GIVEN DATA section start

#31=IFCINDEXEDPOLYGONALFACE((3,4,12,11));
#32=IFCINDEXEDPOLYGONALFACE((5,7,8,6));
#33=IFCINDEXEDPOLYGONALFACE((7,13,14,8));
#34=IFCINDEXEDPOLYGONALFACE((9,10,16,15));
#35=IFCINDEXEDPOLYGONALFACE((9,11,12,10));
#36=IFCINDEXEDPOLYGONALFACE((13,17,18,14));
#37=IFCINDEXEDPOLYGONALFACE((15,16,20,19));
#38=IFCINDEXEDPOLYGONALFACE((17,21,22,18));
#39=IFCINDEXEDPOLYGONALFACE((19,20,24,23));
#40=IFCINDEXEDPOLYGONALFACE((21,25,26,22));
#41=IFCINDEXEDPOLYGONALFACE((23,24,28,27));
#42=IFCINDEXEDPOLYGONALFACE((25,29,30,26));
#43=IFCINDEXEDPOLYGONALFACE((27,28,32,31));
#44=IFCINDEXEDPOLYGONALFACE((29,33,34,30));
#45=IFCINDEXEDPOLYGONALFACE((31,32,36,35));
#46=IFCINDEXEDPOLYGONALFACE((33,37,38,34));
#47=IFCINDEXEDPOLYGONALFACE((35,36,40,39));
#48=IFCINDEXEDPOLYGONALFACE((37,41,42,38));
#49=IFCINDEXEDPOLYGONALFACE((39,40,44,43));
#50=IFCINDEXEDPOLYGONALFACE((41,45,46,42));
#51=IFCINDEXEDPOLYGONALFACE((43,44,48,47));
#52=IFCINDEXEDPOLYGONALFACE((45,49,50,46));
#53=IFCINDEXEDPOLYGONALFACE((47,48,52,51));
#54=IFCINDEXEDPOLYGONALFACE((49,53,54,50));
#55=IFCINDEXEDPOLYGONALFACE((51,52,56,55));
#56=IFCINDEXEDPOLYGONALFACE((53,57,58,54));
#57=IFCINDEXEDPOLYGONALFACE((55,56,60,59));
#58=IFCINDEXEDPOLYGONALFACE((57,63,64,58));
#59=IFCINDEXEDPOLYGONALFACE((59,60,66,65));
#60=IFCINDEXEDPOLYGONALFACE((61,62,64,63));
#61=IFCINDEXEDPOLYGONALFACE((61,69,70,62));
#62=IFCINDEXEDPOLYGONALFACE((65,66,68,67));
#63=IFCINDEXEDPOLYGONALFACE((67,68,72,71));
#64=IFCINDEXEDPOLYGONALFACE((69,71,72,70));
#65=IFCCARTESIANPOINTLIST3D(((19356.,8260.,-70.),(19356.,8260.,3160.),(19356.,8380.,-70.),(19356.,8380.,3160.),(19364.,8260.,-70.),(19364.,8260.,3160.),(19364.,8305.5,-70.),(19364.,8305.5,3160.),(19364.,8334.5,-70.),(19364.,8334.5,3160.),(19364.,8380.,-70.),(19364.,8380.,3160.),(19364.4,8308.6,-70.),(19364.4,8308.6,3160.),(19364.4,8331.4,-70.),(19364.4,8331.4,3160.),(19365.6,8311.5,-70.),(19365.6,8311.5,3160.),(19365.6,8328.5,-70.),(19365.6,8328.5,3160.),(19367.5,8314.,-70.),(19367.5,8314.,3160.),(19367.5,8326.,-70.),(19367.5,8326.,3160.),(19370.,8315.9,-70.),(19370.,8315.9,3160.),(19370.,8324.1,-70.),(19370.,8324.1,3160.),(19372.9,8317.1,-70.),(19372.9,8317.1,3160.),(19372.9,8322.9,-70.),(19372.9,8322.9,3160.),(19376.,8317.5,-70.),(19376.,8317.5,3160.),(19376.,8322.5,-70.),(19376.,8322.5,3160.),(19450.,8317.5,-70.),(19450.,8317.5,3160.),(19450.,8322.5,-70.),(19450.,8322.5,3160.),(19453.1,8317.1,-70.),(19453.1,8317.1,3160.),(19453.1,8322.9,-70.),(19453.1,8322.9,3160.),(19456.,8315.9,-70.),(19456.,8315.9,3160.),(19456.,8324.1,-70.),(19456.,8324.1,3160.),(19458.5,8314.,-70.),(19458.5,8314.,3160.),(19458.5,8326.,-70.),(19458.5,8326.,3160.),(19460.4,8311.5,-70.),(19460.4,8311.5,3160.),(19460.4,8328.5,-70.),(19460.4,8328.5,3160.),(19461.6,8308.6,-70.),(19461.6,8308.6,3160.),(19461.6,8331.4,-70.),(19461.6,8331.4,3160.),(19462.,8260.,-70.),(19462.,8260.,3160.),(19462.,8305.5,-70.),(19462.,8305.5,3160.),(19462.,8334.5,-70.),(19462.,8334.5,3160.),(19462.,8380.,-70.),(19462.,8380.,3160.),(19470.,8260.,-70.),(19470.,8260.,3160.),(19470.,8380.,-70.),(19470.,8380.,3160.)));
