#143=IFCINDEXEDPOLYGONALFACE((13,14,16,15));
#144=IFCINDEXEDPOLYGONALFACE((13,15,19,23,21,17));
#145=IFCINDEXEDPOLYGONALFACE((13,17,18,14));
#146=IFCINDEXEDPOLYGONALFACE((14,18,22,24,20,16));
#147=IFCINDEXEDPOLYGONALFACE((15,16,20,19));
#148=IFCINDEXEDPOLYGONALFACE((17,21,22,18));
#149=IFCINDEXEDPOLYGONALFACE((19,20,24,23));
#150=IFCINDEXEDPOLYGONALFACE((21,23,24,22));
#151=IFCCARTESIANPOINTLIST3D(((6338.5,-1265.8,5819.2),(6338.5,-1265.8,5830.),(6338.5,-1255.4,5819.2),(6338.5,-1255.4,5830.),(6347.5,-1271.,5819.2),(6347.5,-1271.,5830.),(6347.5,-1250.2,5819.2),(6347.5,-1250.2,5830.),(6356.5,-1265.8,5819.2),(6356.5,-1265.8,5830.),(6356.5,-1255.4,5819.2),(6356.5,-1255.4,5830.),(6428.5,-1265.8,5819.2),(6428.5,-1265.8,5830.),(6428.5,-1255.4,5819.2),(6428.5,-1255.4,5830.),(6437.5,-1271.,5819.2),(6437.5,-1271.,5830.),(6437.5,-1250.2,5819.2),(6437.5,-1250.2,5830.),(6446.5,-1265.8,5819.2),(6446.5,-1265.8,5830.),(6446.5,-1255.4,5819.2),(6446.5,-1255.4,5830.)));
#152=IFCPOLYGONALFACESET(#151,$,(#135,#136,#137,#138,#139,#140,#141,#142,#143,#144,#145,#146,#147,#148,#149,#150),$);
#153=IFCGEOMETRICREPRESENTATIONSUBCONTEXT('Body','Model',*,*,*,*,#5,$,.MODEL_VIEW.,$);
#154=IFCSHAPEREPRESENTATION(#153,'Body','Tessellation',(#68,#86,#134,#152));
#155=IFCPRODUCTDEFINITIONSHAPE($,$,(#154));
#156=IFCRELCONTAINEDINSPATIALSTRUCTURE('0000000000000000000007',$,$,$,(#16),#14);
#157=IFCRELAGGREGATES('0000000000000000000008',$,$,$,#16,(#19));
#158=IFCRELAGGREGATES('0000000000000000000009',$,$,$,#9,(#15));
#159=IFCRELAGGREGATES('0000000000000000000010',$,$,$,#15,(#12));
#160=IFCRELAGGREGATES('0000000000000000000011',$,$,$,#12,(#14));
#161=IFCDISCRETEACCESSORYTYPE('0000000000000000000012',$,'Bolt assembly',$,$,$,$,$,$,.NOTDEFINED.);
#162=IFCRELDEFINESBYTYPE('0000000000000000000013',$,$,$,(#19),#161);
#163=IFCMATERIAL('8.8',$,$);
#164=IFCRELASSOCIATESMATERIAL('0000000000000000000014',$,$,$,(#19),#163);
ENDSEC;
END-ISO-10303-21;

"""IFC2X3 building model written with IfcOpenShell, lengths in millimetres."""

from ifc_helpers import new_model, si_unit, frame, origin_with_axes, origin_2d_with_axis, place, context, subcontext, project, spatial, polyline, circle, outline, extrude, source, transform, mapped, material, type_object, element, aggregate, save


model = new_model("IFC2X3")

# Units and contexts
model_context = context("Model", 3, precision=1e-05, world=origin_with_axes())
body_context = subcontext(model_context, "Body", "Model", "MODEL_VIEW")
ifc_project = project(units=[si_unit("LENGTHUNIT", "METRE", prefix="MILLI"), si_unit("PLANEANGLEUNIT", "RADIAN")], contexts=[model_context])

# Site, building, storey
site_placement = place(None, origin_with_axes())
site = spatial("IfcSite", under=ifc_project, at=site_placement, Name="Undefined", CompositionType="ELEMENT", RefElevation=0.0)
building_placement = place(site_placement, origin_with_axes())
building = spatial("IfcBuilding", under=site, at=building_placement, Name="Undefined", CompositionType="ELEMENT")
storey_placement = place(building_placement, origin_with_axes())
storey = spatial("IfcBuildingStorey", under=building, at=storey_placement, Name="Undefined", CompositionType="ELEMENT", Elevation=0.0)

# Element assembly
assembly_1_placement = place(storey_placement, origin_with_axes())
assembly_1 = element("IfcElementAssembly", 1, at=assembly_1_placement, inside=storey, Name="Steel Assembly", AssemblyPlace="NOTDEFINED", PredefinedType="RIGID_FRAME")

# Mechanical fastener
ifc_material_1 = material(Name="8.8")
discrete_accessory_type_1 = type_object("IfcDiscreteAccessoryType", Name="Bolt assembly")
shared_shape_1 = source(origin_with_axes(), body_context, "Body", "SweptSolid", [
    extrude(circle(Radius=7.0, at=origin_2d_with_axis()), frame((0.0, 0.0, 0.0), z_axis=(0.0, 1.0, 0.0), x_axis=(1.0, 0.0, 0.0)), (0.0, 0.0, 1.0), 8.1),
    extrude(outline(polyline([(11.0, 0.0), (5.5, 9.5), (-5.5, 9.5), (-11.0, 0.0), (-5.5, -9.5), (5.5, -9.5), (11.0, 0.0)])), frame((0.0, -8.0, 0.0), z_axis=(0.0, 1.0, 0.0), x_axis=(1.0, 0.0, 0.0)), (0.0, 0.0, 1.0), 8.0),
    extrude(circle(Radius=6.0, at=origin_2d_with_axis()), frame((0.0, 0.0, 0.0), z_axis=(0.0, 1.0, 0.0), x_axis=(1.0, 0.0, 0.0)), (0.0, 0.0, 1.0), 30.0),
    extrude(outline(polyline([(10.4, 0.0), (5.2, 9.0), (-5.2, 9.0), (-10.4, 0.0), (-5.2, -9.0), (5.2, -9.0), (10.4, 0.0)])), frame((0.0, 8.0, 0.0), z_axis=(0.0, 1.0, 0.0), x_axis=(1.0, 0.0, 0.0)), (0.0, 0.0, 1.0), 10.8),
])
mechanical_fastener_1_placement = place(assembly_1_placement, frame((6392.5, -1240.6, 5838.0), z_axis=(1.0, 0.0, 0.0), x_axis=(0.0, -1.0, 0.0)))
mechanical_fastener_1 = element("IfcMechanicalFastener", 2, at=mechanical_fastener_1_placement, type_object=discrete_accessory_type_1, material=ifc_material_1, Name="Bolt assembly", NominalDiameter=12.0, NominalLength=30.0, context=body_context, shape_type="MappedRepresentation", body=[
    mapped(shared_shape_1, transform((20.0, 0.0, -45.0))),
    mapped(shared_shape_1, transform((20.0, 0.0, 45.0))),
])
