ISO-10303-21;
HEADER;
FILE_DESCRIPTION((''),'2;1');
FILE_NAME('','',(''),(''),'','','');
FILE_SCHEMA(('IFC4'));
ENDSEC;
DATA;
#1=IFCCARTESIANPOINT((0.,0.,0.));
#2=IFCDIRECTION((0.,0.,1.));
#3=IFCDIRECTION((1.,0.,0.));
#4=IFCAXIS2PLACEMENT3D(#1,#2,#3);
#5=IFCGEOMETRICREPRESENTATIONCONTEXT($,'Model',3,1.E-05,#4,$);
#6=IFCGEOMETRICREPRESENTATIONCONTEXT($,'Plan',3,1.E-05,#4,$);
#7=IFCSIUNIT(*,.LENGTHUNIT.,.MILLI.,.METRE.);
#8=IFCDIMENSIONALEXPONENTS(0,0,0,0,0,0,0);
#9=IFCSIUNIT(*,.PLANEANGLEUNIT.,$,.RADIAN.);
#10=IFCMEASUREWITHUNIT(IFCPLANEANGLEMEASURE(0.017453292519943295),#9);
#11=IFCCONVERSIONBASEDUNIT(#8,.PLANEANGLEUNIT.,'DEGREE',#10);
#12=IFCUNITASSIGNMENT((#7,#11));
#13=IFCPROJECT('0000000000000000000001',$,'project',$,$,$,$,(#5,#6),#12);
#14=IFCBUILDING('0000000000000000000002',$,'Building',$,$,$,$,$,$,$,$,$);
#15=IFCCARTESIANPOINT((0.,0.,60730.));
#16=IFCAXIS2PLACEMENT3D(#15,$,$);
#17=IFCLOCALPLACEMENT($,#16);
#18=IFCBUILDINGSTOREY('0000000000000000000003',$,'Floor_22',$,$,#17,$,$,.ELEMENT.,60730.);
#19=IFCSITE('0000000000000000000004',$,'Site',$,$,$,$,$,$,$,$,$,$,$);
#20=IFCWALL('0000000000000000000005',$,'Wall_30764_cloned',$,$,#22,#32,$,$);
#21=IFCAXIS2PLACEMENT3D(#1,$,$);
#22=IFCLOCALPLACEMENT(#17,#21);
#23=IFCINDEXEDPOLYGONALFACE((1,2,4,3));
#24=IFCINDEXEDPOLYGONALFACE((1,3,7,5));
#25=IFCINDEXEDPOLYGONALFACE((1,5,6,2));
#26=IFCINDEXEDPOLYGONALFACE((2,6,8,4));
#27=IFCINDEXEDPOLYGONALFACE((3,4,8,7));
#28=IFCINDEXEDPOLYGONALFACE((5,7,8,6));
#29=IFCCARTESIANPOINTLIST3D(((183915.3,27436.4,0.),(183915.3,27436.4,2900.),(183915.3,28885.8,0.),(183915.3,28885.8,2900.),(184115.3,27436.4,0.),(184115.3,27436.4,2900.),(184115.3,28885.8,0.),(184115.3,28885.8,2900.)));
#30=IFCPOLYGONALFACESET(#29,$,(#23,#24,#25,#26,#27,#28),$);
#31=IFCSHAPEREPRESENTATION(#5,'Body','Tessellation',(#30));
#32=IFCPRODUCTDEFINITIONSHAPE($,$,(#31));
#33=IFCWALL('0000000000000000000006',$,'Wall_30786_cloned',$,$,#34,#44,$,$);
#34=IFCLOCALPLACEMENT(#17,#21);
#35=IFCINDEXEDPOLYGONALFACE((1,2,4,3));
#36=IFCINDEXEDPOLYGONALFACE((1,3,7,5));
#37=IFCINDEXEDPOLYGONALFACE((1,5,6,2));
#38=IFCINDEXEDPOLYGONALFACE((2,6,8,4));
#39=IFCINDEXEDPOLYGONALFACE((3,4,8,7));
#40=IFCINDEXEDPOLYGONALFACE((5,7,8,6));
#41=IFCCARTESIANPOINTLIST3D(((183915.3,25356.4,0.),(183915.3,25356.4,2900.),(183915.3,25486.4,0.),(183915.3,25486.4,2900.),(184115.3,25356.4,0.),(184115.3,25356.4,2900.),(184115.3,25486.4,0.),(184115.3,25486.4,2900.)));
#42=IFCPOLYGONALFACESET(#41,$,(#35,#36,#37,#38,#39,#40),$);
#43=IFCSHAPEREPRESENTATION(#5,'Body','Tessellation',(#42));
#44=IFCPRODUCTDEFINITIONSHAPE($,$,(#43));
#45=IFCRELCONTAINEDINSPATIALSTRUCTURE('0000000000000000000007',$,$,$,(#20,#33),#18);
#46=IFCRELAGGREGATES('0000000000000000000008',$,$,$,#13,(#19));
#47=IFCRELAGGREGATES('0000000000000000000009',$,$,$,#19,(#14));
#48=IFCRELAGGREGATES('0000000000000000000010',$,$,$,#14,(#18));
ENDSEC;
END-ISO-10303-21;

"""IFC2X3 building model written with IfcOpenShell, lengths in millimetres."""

from ifc_helpers import new_model, entity, si_unit, converted_unit, frame, origin_with_axes, origin_2d, place, context, project, spatial, rectangle, extrude, source, transform, mapped, element, save


model = new_model("IFC2X3")

# Units and contexts
model_context = context("Model", 3, precision=1e-05, world=origin_with_axes())
plan_context = context("Plan", 3, precision=1e-05, world=origin_with_axes())
ifc_project = project(units=[si_unit("LENGTHUNIT", "METRE", prefix="MILLI"), converted_unit("PLANEANGLEUNIT", "DEGREE", entity("IfcPlaneAngleMeasure", 0.017453292519943295), si_unit("PLANEANGLEUNIT", "RADIAN"), dimensions=[0, 0, 0, 0, 0, 0, 0])], contexts=[model_context, plan_context])

# Site, building, storey
site = spatial("IfcSite", under=ifc_project, Name="Site")
building = spatial("IfcBuilding", under=site, Name="Building")
storey_placement = place(None, frame((0.0, 0.0, 60730.0)))
storey = spatial("IfcBuildingStorey", under=building, at=storey_placement, Name="Floor_22", CompositionType="ELEMENT", Elevation=60730.0)

# Walls
shared_shape_1 = source(origin_with_axes(), model_context, "Body", "SweptSolid", [
    extrude(rectangle(XDim=1449.4, YDim=200.0, at=origin_2d()), origin_with_axes(), (0.0, 0.0, 1.0), 2900.0),
])
wall_1_placement = place(storey_placement, frame((184015.3, 28161.1, 0.0), z_axis=(0.0, 0.0, 1.0), x_axis=(0.0, 1449.4128, 0.0)))
element("IfcWall", 1, at=wall_1_placement, inside=storey, Name="Wall_30764_cloned", context=model_context, shape_type="MappedRepresentation", body=[
    mapped(shared_shape_1, transform((0.0, 0.0, 0.0), x_axis=(1.0, 0.0, 0.0), y_axis=(0.0, 1.0, 0.0), z_axis=(0.0, 0.0, 1.0), scale=1.0)),
])
shared_shape_2 = source(origin_with_axes(), model_context, "Body", "SweptSolid", [
    extrude(rectangle(XDim=130.0, YDim=200.0, at=origin_2d()), origin_with_axes(), (0.0, 0.0, 1.0), 2900.0),
])
wall_2_placement = place(storey_placement, frame((184015.3, 25421.4, 0.0), z_axis=(0.0, 0.0, 1.0), x_axis=(0.0, 130.000004, 0.0)))
element("IfcWall", 2, at=wall_2_placement, inside=storey, Name="Wall_30786_cloned", context=model_context, shape_type="MappedRepresentation", body=[
    mapped(shared_shape_2, transform((0.0, 0.0, 0.0), x_axis=(1.0, 0.0, 0.0), y_axis=(0.0, 1.0, 0.0), z_axis=(0.0, 0.0, 1.0), scale=1.0)),
])

save(model, "model.ifc")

GIVEN DATA section end

ABOUT THIS TASK: The lines above from the one containing "#37=IFCINDEXEDPOLYGONALFACE((15,16,20,19));" through the one containing "#64=IFCINDEXEDPOLYGONALFACE((69,71,72,70));" are to be set down exactly, and no others.

EXPECTED OUTPUT:
#37=IFCINDEXEDPOLYGONALFACE((15,16,20,19));
#38=IFCINDEXEDPOLYGONALFACE((17,21,22,18));
#39=IFCINDEXEDPOLYGONALFACE((19,20,24,23));
#40=IFCINDEXEDPOLYGONALFACE((21,25,26,22));
#41=IFCINDEXEDPOLYGONALFACE((23,24,28,27));
#42=IFCINDEXEDPOLYGONALFACE((25,29,30,26));
#43=IFCINDEXEDPOLYGONALFACE((27,28,32,31));
#44=IFCINDEXEDPOLYGONALFACE((29,33,34,30));
#45=IFCINDEXEDPOLYGONALFACE((31,32,36,35));
#46=IFCINDEXEDPOLYGONALFACE((33,37,38,34));
#47=IFCINDEXEDPOLYGONALFACE((35,36,40,39));
#48=IFCINDEXEDPOLYGONALFACE((37,41,42,38));
#49=IFCINDEXEDPOLYGONALFACE((39,40,44,43));
#50=IFCINDEXEDPOLYGONALFACE((41,45,46,42));
#51=IFCINDEXEDPOLYGONALFACE((43,44,48,47));
#52=IFCINDEXEDPOLYGONALFACE((45,49,50,46));
#53=IFCINDEXEDPOLYGONALFACE((47,48,52,51));
#54=IFCINDEXEDPOLYGONALFACE((49,53,54,50));
#55=IFCINDEXEDPOLYGONALFACE((51,52,56,55));
#56=IFCINDEXEDPOLYGONALFACE((53,57,58,54));
#57=IFCINDEXEDPOLYGONALFACE((55,56,60,59));
#58=IFCINDEXEDPOLYGONALFACE((57,63,64,58));
#59=IFCINDEXEDPOLYGONALFACE((59,60,66,65));
#60=IFCINDEXEDPOLYGONALFACE((61,62,64,63));
#61=IFCINDEXEDPOLYGONALFACE((61,69,70,62));
#62=IFCINDEXEDPOLYGONALFACE((65,66,68,67));
#63=IFCINDEXEDPOLYGONALFACE((67,68,72,71));
#64=IFCINDEXEDPOLYGONALFACE((69,71,72,70));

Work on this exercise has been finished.